If your framework's middleware hands you a next() that you call and await, wrap it — next() runs the rest of the request inside the scope, exactly like the Express integration does.

Koa
import { describeTenantResolutionFailure } from "tenancyjs-identifiers";
import { manager, resolver } from "./tenancy";

app.use(async (ctx, next) => {
  const outcome = await resolver.resolve(
    { host: ctx.host, headers: ctx.headers },
    { principal: ctx.state.user }, // run this AFTER your auth middleware
  );
  if (outcome.status !== "resolved") {
    const { status, message } = describeTenantResolutionFailure(outcome.status);
    ctx.status = status;
    ctx.body = { message };
    return;
  }
  // Everything downstream runs in the tenant scope.
  await manager.runWithTenant(outcome.tenant, () => next());
});

Hono is the same shape — (c, next) => manager.runWithTenant(tenant, () => next()) — and so is a tRPC middleware: ({ next }) => manager.runWithTenant(tenant, () => next()).

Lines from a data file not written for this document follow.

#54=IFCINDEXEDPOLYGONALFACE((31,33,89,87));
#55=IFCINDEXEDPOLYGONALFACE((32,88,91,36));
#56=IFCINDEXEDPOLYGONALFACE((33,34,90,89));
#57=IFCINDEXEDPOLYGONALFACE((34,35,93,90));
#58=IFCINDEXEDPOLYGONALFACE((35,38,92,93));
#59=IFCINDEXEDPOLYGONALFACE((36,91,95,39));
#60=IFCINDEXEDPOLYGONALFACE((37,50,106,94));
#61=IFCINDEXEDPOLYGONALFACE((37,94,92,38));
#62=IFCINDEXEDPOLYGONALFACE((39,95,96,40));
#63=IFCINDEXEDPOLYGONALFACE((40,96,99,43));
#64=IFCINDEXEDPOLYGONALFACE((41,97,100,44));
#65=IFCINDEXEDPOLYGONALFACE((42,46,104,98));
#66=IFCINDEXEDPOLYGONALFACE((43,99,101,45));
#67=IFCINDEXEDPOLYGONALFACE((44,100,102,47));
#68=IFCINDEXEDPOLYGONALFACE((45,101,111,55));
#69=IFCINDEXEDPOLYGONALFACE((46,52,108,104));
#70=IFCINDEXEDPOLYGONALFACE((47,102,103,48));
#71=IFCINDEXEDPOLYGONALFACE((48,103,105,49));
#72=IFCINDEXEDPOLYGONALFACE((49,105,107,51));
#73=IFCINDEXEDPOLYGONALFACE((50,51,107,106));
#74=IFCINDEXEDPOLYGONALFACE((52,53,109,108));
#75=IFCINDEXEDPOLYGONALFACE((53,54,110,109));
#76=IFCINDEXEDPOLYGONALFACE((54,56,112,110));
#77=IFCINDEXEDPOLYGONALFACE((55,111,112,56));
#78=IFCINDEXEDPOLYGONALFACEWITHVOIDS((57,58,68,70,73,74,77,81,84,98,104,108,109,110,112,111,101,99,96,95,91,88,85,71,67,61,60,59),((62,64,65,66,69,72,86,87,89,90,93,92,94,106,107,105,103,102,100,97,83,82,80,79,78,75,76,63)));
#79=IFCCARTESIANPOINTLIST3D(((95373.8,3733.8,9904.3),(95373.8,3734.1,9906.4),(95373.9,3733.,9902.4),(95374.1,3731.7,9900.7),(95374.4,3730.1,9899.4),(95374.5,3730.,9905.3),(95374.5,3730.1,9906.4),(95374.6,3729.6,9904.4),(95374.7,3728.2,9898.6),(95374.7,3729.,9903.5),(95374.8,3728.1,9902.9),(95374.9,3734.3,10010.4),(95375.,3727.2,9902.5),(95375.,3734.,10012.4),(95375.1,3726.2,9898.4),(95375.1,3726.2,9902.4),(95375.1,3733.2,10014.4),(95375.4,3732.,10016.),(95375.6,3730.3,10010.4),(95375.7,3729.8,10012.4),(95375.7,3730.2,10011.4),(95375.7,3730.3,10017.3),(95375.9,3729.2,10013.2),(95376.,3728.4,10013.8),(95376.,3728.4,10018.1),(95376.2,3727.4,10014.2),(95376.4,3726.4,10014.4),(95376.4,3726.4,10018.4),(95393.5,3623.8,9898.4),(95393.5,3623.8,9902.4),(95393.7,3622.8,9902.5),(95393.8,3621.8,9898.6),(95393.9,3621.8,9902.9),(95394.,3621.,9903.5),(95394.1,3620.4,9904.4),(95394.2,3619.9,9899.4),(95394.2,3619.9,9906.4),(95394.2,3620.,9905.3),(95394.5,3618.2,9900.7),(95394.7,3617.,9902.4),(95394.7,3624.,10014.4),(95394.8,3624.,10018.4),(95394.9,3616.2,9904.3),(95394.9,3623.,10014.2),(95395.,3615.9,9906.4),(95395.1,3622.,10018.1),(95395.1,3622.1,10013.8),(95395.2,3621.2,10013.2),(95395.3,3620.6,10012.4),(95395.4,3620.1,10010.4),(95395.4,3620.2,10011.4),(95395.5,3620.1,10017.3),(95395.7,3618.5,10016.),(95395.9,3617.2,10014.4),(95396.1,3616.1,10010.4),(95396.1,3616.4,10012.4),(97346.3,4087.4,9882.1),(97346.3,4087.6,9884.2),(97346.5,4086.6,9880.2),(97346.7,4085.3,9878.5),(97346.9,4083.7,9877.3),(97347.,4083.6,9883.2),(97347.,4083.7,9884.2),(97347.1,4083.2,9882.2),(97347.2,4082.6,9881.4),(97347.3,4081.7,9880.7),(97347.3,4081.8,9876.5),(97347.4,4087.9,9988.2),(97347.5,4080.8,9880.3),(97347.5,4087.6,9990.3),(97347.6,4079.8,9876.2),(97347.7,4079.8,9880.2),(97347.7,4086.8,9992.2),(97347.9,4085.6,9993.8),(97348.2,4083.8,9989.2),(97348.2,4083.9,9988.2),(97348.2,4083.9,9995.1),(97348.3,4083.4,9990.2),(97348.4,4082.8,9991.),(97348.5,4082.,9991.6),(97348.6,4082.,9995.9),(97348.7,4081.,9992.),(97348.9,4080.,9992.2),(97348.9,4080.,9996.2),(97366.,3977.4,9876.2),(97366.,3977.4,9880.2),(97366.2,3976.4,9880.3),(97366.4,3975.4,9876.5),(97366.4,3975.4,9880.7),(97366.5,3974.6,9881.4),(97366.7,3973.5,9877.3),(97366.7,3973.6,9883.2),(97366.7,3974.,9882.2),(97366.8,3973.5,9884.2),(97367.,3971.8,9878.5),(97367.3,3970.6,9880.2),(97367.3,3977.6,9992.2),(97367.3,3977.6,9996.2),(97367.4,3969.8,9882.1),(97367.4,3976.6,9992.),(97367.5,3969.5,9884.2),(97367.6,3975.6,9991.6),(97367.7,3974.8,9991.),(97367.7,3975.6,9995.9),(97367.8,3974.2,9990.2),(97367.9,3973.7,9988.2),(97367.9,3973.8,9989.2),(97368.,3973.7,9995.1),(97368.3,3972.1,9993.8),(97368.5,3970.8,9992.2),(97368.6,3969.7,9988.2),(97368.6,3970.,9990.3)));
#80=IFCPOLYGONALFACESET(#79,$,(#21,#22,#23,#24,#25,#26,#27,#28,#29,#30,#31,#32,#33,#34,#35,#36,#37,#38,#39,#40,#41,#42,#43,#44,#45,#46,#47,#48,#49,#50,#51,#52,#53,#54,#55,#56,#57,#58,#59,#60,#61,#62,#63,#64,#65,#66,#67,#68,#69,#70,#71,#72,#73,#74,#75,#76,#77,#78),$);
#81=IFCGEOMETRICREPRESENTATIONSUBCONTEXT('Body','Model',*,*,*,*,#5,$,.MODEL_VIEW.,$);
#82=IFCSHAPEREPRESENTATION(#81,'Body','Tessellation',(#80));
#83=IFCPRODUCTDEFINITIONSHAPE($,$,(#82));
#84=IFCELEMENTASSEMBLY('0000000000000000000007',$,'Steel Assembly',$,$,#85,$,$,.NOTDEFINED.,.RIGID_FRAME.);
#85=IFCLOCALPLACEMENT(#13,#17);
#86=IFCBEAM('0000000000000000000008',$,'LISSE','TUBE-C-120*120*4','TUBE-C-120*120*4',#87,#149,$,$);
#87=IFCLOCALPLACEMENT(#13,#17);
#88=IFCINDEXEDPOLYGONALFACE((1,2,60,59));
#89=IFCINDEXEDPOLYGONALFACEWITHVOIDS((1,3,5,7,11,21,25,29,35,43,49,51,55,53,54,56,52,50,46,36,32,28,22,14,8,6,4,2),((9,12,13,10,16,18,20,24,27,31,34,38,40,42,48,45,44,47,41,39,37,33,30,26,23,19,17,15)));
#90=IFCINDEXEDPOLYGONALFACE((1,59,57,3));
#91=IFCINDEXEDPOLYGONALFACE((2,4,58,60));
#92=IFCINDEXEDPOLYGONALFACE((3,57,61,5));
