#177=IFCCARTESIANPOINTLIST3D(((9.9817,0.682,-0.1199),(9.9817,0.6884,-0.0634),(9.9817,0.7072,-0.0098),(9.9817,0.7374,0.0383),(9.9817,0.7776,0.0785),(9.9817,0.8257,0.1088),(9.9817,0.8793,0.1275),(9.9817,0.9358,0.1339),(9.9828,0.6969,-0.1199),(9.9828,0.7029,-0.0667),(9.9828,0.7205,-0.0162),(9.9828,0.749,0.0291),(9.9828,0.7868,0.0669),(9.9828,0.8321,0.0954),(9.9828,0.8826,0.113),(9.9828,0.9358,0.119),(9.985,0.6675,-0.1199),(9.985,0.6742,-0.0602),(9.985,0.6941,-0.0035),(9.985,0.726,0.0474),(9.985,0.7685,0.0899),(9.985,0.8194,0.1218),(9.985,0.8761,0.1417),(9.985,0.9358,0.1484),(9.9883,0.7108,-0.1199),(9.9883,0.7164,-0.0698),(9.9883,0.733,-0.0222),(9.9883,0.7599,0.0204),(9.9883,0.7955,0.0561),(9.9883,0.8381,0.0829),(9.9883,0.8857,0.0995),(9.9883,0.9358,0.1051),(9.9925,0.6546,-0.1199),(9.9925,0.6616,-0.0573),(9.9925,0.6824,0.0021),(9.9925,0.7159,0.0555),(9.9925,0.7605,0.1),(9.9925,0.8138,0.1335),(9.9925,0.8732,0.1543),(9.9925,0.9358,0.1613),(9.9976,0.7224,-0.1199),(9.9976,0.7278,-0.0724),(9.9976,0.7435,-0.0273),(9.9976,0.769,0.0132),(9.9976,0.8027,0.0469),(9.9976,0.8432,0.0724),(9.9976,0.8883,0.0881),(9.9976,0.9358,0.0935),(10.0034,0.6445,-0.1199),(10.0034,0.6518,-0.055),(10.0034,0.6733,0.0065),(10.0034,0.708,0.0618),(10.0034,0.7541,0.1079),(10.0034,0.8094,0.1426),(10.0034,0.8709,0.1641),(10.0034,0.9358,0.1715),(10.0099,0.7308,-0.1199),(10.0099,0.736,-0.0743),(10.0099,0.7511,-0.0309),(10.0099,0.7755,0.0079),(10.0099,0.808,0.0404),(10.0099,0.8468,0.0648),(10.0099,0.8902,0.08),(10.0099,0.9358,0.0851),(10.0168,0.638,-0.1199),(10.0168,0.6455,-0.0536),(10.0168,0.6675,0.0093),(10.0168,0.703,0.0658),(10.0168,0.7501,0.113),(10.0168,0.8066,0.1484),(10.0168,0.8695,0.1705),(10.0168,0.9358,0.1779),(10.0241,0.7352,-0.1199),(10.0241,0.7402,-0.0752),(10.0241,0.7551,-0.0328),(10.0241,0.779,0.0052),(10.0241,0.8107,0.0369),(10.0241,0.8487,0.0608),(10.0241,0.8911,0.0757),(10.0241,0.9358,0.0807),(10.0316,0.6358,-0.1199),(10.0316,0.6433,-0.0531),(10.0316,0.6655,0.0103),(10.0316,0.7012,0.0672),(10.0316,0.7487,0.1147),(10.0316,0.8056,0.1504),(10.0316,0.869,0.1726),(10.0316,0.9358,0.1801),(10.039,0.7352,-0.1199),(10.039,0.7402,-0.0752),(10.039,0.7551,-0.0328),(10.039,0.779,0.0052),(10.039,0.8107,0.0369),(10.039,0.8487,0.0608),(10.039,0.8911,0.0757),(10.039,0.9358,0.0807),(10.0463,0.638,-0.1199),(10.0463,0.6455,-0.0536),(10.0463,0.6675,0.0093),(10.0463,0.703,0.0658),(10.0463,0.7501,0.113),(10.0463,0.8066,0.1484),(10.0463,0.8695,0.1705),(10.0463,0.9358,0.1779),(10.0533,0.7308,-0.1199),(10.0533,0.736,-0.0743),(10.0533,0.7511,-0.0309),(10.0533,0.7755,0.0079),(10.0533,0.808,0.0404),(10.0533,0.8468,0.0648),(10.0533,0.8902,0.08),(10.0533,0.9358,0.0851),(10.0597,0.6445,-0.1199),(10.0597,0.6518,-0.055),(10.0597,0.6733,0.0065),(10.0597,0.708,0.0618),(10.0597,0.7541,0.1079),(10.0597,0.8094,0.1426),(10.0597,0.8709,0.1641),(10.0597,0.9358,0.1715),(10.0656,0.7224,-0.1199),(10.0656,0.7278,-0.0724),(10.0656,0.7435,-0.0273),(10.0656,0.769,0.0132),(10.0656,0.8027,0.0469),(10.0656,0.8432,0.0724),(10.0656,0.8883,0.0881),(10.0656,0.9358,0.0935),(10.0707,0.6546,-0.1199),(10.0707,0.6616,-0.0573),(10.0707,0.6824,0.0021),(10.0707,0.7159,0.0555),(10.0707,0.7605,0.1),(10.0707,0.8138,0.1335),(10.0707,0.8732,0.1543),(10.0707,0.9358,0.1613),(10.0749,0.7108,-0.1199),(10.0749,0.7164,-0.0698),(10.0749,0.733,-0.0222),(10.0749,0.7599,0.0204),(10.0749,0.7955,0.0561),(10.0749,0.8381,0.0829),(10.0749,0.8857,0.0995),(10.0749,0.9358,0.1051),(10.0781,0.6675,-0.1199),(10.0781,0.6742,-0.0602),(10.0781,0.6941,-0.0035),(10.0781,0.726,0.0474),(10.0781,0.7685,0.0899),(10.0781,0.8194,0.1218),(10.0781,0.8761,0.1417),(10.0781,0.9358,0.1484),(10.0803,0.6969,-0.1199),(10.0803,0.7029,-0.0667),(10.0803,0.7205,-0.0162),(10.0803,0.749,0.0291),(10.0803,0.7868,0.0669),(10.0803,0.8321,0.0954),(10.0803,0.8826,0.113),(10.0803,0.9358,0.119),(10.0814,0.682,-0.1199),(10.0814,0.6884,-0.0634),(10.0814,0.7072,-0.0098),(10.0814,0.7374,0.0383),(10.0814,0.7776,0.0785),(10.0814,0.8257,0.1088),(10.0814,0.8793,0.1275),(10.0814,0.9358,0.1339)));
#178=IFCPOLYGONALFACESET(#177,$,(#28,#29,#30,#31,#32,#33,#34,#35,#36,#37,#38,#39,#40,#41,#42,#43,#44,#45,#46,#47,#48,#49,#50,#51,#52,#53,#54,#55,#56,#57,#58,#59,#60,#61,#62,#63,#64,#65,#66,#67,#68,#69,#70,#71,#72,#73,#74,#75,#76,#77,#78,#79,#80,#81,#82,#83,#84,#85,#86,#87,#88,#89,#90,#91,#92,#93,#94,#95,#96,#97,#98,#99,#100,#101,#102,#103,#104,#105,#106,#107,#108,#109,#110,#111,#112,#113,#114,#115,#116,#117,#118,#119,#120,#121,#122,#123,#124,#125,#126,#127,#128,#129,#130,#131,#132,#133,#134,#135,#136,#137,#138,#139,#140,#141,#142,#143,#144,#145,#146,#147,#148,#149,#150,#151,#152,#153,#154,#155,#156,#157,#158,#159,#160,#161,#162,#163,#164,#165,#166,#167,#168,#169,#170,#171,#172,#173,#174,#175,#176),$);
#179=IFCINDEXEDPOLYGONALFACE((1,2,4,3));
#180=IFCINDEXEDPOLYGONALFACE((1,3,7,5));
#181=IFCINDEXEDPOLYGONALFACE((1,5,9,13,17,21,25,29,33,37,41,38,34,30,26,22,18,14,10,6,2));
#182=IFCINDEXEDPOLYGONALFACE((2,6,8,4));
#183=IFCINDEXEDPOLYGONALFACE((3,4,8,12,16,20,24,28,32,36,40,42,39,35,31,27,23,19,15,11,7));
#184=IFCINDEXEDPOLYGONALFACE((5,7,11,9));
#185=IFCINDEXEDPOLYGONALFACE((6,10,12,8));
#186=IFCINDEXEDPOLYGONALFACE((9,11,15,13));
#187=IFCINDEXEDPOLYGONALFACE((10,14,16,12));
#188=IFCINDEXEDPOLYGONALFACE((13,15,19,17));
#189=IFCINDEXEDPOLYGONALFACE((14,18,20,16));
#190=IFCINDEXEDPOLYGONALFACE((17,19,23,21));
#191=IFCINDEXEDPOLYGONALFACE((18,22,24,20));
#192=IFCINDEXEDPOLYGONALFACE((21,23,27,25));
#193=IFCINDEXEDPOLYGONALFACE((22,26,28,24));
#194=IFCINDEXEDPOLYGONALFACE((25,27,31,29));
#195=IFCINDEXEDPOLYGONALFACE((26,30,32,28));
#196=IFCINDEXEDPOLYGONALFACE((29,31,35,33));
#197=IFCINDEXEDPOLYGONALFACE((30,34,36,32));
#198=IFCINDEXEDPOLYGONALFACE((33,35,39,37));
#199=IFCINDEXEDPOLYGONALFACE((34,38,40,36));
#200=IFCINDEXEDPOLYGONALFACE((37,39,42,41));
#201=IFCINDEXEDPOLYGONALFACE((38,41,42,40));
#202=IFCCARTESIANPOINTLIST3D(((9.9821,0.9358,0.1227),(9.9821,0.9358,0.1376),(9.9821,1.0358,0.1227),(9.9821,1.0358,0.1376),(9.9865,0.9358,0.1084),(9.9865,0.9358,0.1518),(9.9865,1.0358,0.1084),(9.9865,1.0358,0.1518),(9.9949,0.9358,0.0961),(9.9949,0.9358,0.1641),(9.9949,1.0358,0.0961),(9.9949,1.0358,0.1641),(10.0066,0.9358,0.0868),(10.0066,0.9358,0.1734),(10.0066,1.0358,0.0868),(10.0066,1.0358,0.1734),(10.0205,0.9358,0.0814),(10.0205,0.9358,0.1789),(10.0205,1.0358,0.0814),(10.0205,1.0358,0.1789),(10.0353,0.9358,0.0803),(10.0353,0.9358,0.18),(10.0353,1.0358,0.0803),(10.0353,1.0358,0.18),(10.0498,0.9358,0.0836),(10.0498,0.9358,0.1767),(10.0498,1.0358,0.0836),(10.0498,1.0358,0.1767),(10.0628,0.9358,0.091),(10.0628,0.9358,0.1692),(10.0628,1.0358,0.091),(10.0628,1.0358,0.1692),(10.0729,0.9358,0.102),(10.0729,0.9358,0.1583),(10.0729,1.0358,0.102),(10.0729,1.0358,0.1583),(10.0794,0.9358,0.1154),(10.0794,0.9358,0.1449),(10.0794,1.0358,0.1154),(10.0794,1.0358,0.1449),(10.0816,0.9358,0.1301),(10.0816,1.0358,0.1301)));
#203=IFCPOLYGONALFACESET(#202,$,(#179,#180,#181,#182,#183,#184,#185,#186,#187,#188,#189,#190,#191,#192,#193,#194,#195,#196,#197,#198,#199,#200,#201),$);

Fastify (hooks don't wrap the handler)

Fastify's hooks run before the handler and can't wrap it, so runWithTenant in a hook wouldn't cover the route. Resolve in an onRequest hook, then run each handler inside the scope with a small wrapper:

Fastify
import { describeTenantResolutionFailure } from "tenancyjs-identifiers";
import { manager, resolver } from "./tenancy";

app.addHook("onRequest", async (req, reply) => {
  const outcome = await resolver.resolve(
    { host: req.hostname, headers: req.headers },
    { principal: req.user }, // after your auth
  );
  if (outcome.status !== "resolved") {
    const { status, message } = describeTenantResolutionFailure(outcome.status);
    return reply.code(status).send({ message });
  }
  req.tenant = outcome.tenant; // stash for the wrapper (augment FastifyRequest to type it)
});

// Run a route handler inside its request's tenant scope.
const scoped =
  (handler) =>
  (req, reply) =>
    manager.runWithTenant(req.tenant, () => handler(req, reply));

app.get("/orders", scoped(async () => db.order.findMany())); // scoped to req.tenant

Plain Node http

Wrap the request handler — everything it awaits stays in the scope:

import { createServer } from "node:http";
import { describeTenantResolutionFailure } from "tenancyjs-identifiers";
import { manager, resolver } from "./tenancy";

createServer(async (req, res) => {
  const outcome = await resolver.resolve({ host: req.headers.host, headers: req.headers });
  if (outcome.status !== "resolved") {
    const { status } = describeTenantResolutionFailure(outcome.status);
    res.writeHead(status).end();
    return;
  }
  await manager.runWithTenant(outcome.tenant, () => handle(req, res));
});

The rules (the same everywhere)

  • Resolve after authentication. The authorize hook needs the real principal — resolving a tenant is not authorizing the user. See Resolving tenants.
  • Never leave cross-tenant work unscoped. For admin/aggregate paths, run inside manager.runInCentralContext(() => …) explicitly. Unscoped tenant access throws by design.
  • Fail closed on every failure status. describeTenantResolutionFailure returns 400 for a missing/invalid identifier, 404 for not-found/suspended/forbidden (deliberately indistinguishable), and 500 for ambiguous.

Your adapter (Prisma, Drizzle, TypeORM, …) doesn't change at all — it scopes to whatever tenant the manager has active, no matter which framework put it there.